In [1]:
# =========================
# SILCO Fire & Security — Synthetic Data Lab (Colab-ready)
# Author: Zach (FourTwenty Analytics) | Module: The Protector
# =========================

# --- Setup
!pip -q install pandas numpy scipy statsmodels scikit-learn faker pyarrow

import numpy as np
import pandas as pd
from faker import Faker
from datetime import datetime, timedelta
from scipy import stats
import statsmodels.api as sm
import statsmodels.formula.api as smf
import os, zipfile, io
rng = np.random.default_rng(42)
fake = Faker()

# --- Parameters you can tweak quickly
N_SITES        = 3500        # number of customer locations
YEARS_BACK     = 3           # history window
DRILLS_PER_YR  = (6, 12)     # min/max scheduled drills per site per year
MAINT_PER_YR   = (2, 6)      # scheduled maintenance per site per year

# Incident volume scales with risk, size & compliance gaps
BASE_INCIDENT_RATE = 0.12    # baseline annual incident prob per site
FALSE_ALARM_RATE   = 0.55    # share of incidents that are false alarms

# --- Helpers
def random_choice_weighted(options, weights):
    return rng.choice(options, p=np.array(weights)/np.sum(weights))

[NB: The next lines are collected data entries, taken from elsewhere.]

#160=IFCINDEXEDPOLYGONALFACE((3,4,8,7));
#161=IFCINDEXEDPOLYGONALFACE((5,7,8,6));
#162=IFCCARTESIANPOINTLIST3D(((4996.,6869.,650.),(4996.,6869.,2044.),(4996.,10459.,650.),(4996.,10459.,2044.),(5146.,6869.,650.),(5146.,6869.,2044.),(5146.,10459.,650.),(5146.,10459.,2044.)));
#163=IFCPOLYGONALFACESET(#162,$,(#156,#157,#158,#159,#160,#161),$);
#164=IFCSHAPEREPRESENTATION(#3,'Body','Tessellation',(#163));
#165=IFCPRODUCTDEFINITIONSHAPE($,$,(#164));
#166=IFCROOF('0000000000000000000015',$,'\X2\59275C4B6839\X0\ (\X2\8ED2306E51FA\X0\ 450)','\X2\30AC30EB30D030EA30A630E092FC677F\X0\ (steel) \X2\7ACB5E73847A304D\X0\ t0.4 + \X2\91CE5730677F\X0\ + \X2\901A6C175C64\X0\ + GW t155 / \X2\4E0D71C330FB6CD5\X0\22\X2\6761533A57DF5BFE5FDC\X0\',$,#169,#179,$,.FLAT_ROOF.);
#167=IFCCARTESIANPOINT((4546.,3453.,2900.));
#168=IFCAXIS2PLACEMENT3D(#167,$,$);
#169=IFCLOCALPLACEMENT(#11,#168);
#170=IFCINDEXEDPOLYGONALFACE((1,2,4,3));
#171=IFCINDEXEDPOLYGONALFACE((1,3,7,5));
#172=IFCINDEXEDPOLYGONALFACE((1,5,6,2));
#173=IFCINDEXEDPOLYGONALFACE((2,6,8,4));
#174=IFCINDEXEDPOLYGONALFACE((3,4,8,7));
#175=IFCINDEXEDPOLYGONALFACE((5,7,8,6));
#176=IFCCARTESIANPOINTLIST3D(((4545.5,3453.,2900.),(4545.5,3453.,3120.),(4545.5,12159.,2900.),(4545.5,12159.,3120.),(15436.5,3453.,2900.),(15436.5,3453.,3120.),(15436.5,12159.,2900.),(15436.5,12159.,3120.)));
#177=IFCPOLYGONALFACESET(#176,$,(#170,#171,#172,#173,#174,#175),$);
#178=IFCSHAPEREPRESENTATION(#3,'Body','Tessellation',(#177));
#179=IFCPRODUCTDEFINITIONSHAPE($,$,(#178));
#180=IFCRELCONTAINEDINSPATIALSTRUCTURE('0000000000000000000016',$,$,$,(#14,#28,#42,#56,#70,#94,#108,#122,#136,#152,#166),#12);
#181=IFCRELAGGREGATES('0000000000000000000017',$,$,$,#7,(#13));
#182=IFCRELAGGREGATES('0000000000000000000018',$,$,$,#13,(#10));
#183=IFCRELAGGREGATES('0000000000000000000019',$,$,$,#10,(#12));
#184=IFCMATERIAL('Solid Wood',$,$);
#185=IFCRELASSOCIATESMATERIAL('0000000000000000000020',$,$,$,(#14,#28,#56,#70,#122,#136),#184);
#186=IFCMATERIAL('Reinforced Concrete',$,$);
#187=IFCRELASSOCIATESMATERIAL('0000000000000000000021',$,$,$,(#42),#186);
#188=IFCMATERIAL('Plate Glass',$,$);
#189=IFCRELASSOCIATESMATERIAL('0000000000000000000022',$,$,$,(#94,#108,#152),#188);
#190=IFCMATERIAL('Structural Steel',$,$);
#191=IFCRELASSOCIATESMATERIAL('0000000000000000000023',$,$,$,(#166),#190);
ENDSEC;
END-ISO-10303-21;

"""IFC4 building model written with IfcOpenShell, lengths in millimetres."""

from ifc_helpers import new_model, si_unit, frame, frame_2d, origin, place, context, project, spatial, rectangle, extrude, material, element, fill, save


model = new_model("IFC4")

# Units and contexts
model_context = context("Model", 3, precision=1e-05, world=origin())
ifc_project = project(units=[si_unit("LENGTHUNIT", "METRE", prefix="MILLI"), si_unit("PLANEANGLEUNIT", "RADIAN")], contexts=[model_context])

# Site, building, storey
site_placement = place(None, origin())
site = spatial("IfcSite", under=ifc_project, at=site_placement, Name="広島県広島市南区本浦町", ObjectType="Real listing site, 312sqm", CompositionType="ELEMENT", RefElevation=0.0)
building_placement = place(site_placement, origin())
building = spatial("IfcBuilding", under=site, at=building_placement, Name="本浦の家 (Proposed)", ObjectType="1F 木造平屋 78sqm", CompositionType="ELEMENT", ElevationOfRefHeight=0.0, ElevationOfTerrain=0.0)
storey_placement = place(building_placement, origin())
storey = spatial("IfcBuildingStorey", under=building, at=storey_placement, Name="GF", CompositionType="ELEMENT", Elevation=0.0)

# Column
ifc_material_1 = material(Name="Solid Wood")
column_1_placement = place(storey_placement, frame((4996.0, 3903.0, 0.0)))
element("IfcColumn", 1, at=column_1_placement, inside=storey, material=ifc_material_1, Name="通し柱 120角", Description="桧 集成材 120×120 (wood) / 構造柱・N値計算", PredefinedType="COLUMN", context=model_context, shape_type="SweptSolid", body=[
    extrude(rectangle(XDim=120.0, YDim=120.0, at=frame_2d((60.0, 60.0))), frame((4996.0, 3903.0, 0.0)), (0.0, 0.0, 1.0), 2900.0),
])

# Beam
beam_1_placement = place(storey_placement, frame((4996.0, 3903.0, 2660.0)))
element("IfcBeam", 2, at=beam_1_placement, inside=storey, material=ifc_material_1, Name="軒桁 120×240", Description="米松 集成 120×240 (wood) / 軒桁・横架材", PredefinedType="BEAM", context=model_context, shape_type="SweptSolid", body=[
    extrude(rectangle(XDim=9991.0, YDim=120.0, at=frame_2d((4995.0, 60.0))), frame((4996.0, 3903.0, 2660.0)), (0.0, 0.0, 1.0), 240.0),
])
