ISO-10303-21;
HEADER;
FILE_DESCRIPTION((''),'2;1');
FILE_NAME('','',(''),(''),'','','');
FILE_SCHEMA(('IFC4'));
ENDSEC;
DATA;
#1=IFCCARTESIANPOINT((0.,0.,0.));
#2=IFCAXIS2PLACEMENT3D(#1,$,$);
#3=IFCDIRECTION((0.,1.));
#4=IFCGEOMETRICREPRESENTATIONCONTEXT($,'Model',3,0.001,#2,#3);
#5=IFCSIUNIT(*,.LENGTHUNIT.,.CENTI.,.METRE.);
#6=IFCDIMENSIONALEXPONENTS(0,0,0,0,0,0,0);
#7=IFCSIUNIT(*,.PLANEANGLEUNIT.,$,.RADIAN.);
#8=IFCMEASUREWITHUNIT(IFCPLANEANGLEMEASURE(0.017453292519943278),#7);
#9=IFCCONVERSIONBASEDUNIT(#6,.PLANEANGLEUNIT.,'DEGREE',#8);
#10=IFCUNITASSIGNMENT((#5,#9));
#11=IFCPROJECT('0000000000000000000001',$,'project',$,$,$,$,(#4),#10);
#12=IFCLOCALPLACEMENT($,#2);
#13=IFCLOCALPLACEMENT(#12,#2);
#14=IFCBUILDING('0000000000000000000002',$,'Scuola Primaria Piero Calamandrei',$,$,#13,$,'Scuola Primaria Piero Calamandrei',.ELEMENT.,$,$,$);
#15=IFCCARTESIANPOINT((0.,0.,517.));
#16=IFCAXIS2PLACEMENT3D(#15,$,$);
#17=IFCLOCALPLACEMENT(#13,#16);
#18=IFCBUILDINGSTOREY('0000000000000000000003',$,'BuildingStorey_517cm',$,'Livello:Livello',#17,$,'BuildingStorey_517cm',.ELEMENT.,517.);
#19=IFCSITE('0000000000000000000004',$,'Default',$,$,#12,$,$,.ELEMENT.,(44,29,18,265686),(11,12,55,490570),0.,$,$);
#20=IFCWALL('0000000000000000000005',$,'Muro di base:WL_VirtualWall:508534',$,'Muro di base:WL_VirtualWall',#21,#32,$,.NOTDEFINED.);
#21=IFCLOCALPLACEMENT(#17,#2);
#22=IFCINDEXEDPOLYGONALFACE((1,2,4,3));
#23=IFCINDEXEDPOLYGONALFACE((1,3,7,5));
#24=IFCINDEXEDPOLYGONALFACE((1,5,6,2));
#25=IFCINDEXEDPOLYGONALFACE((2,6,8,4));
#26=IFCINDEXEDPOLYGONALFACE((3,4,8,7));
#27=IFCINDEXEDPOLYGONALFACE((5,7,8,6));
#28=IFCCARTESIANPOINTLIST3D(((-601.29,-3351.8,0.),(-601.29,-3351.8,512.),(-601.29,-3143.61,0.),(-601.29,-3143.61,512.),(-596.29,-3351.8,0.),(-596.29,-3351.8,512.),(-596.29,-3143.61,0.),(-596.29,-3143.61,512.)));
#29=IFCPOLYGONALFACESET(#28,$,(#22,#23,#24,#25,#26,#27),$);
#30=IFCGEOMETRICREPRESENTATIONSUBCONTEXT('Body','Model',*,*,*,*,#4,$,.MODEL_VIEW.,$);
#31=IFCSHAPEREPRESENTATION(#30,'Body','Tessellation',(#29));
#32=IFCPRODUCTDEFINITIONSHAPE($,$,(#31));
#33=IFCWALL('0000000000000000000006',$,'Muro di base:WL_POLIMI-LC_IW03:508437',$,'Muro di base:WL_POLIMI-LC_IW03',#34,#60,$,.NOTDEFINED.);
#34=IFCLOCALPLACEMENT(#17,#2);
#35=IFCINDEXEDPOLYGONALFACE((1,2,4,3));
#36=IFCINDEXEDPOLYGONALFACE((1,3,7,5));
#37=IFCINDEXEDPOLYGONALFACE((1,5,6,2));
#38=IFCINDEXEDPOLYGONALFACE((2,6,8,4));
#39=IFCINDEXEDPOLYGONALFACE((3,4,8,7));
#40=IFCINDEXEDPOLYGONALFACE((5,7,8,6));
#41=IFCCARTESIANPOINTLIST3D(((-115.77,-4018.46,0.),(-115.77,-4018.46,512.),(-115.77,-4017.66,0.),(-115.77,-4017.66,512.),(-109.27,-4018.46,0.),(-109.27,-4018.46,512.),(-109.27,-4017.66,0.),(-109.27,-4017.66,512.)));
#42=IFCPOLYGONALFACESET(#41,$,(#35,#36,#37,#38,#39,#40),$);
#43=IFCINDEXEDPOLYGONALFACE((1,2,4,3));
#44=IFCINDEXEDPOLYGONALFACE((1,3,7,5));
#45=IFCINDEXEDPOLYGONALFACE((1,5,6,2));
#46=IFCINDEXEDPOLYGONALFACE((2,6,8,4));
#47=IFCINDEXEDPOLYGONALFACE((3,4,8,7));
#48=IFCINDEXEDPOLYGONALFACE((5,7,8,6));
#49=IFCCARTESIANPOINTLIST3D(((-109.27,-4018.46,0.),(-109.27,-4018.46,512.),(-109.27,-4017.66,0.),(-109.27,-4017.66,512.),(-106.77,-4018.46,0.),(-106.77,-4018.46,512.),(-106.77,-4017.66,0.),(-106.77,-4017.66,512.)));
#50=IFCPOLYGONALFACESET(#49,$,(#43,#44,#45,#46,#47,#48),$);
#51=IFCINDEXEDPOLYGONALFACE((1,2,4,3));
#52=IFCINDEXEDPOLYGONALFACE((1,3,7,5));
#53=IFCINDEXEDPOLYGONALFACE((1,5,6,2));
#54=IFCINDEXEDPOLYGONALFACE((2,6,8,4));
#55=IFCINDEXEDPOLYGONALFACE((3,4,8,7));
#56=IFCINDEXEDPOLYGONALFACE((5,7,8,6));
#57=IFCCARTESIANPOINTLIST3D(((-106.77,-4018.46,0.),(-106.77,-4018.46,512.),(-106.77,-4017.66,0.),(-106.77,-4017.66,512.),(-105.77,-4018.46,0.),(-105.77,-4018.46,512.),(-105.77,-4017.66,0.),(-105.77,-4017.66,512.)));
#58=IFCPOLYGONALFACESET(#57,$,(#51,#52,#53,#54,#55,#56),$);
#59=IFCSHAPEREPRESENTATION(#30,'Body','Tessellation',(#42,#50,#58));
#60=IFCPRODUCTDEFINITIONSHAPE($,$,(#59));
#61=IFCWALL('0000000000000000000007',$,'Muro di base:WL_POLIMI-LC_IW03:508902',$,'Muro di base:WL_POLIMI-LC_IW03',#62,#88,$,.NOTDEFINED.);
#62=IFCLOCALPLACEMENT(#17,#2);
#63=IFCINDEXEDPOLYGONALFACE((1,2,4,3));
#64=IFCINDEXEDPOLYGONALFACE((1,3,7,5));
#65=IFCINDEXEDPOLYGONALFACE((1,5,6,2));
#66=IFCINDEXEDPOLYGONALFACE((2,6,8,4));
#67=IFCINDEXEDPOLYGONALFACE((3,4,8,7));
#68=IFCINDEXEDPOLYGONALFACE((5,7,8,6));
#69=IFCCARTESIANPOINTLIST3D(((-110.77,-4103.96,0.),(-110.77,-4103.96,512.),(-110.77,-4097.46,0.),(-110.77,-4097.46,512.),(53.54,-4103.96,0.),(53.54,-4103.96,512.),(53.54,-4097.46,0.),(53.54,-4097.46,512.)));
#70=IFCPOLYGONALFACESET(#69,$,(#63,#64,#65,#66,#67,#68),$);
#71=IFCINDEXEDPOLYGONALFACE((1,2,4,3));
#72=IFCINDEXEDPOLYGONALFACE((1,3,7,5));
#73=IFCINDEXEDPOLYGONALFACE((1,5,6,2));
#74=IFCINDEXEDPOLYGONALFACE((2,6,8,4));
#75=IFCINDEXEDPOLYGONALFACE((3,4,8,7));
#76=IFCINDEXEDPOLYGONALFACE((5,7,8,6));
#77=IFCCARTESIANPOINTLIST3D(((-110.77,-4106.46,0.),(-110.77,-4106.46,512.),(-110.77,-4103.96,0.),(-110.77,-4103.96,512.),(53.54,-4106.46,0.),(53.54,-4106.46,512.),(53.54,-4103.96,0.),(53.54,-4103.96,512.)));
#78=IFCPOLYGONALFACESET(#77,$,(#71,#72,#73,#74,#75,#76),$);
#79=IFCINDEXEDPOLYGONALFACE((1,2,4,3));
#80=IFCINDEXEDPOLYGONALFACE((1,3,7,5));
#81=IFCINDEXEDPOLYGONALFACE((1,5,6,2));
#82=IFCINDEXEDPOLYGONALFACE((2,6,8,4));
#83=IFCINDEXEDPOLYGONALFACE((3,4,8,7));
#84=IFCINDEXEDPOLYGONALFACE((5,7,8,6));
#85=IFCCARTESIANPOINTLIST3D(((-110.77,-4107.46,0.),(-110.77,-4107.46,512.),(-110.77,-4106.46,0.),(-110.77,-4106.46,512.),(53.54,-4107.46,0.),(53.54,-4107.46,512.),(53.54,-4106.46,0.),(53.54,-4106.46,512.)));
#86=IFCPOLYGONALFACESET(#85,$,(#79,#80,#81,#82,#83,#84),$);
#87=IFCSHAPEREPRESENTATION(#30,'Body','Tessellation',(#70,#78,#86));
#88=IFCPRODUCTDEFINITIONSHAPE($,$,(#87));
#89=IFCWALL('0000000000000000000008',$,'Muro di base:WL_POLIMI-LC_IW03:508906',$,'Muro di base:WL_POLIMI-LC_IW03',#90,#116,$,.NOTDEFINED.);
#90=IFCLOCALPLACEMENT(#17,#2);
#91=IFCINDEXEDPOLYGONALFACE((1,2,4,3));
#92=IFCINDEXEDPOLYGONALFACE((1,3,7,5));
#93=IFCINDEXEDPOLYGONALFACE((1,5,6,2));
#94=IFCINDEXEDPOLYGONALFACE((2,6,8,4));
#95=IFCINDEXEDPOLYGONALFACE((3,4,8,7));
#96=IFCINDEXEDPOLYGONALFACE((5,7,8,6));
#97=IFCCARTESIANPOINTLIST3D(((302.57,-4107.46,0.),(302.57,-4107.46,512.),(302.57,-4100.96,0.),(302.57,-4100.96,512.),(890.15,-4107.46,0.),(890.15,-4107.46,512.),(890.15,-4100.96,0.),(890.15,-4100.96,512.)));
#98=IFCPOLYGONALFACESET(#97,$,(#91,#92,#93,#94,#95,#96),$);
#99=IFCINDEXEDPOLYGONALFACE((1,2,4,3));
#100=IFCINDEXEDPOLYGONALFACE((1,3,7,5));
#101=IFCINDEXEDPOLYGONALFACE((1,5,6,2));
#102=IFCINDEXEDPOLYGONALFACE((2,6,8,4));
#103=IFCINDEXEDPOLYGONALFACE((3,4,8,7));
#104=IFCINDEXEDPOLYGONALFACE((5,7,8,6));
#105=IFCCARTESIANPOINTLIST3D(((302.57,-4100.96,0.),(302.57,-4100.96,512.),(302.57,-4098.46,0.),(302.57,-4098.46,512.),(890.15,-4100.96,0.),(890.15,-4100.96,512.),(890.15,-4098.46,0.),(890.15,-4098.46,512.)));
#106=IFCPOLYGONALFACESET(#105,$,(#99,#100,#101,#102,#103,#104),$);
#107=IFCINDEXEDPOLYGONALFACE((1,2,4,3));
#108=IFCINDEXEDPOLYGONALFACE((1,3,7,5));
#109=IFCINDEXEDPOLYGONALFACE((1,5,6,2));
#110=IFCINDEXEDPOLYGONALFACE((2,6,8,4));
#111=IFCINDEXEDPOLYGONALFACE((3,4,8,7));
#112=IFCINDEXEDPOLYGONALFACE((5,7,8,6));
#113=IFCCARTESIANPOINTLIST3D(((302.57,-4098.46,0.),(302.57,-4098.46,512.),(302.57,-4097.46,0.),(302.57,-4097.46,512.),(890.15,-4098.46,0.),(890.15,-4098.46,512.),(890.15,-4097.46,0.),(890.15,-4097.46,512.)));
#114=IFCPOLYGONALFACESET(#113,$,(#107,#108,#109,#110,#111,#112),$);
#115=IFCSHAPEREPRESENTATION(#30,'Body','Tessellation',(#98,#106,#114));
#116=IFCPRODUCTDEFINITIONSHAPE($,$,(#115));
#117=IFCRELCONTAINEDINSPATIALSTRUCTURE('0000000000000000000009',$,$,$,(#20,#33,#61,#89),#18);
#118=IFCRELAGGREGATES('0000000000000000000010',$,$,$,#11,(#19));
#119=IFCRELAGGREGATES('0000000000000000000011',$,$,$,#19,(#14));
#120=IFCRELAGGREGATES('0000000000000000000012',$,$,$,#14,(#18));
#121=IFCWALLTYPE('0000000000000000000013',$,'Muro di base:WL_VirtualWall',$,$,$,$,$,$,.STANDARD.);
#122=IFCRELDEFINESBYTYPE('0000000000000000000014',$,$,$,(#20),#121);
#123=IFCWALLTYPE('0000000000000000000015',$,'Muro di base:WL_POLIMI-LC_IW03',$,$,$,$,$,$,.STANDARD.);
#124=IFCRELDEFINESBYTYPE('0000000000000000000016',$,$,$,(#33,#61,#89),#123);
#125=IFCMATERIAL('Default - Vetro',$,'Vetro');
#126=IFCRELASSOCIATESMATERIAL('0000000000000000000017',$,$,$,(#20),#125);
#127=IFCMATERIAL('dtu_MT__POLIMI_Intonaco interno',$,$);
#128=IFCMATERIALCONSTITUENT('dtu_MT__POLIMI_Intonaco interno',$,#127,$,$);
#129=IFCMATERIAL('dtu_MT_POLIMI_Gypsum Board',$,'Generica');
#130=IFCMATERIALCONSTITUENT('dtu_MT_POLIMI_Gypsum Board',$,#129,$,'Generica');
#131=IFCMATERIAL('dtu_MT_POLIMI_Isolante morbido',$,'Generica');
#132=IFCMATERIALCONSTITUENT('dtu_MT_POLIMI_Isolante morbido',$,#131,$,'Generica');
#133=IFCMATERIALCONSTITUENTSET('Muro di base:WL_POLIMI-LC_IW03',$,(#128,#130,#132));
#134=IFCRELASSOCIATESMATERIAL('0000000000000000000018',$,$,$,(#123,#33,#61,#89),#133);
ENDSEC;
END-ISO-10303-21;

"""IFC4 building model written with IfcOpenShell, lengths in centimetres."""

from ifc_helpers import new_model, entity, si_unit, converted_unit, direction, frame, origin, place, context, subcontext, project, spatial, indexed_curve, outline, extrude, material, constituent, constituent_set, type_object, element, save


model = new_model("IFC4")

# Units and contexts
model_context = context("Model", 3, precision=0.001, world=origin(), true_north=direction((0.0, 1.0)))
body_context = subcontext(model_context, "Body", "Model", "MODEL_VIEW")
ifc_project = project(units=[si_unit("LENGTHUNIT", "METRE", prefix="CENTI"), converted_unit("PLANEANGLEUNIT", "DEGREE", entity("IfcPlaneAngleMeasure", 0.017453292519943278), si_unit("PLANEANGLEUNIT", "RADIAN"), dimensions=[0, 0, 0, 0, 0, 0, 0])], contexts=[model_context])

# Site, building, storey
site_placement = place(None, origin())
site = spatial("IfcSite", under=ifc_project, at=site_placement, Name="Default", CompositionType="ELEMENT", RefLatitude=(44, 29, 18, 265686), RefLongitude=(11, 12, 55, 490570), RefElevation=0.0)
building_placement = place(site_placement, origin())
building = spatial("IfcBuilding", under=site, at=building_placement, Name="Scuola Primaria Piero Calamandrei", LongName="Scuola Primaria Piero Calamandrei", CompositionType="ELEMENT")
storey_placement = place(building_placement, frame((0.0, 0.0, 517.0)))
storey = spatial("IfcBuildingStorey", under=building, at=storey_placement, Name="BuildingStorey_517cm", ObjectType="Livello:Livello", LongName="BuildingStorey_517cm", CompositionType="ELEMENT", Elevation=517.0)

# Shared definitions
ifc_material_1 = material(Name="dtu_MT__POLIMI_Intonaco interno")
ifc_material_2 = material(Name="dtu_MT_POLIMI_Isolante morbido", Category="Generica")
ifc_material_3 = material(Name="dtu_MT_POLIMI_Gypsum Board", Category="Generica")

# Wall
ifc_material_4 = material(Name="Default - Vetro", Category="Vetro")
wall_type_1 = type_object("IfcWallType", Name="Muro di base:WL_VirtualWall", PredefinedType="STANDARD")
wall_1_placement = place(storey_placement, frame((-598.79, -3351.8, 0.0), z_axis=(0.0, 0.0, 1.0), x_axis=(0.0, 1.0, 0.0)))
element("IfcWall", 1, at=wall_1_placement, inside=storey, type_object=wall_type_1, material=ifc_material_4, Name="Muro di base:WL_VirtualWall:508534", ObjectType="Muro di base:WL_VirtualWall", PredefinedType="NOTDEFINED", context=body_context, shape_type="SweptSolid", body=[
    extrude(outline(indexed_curve([(208.19, 2.5), (0.0, 2.5), (0.0, -2.5), (208.19, -2.5), (208.19, 2.5)], self_intersect=False)), origin(), (0.0, 0.0, 1.0), 512.0),
])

def bounded_norm(mu, sigma, low, high, size=None):
    x = rng.normal(mu, sigma, size=size)
    return np.clip(x, low, high)

today = pd.Timestamp.today().normalize()
start_date = today - pd.Timedelta(days=365*YEARS_BACK)

# --- 1) SITES
markets = ["Cincinnati", "Dayton", "Columbus", "Akron", "Cleveland", "Louisville"]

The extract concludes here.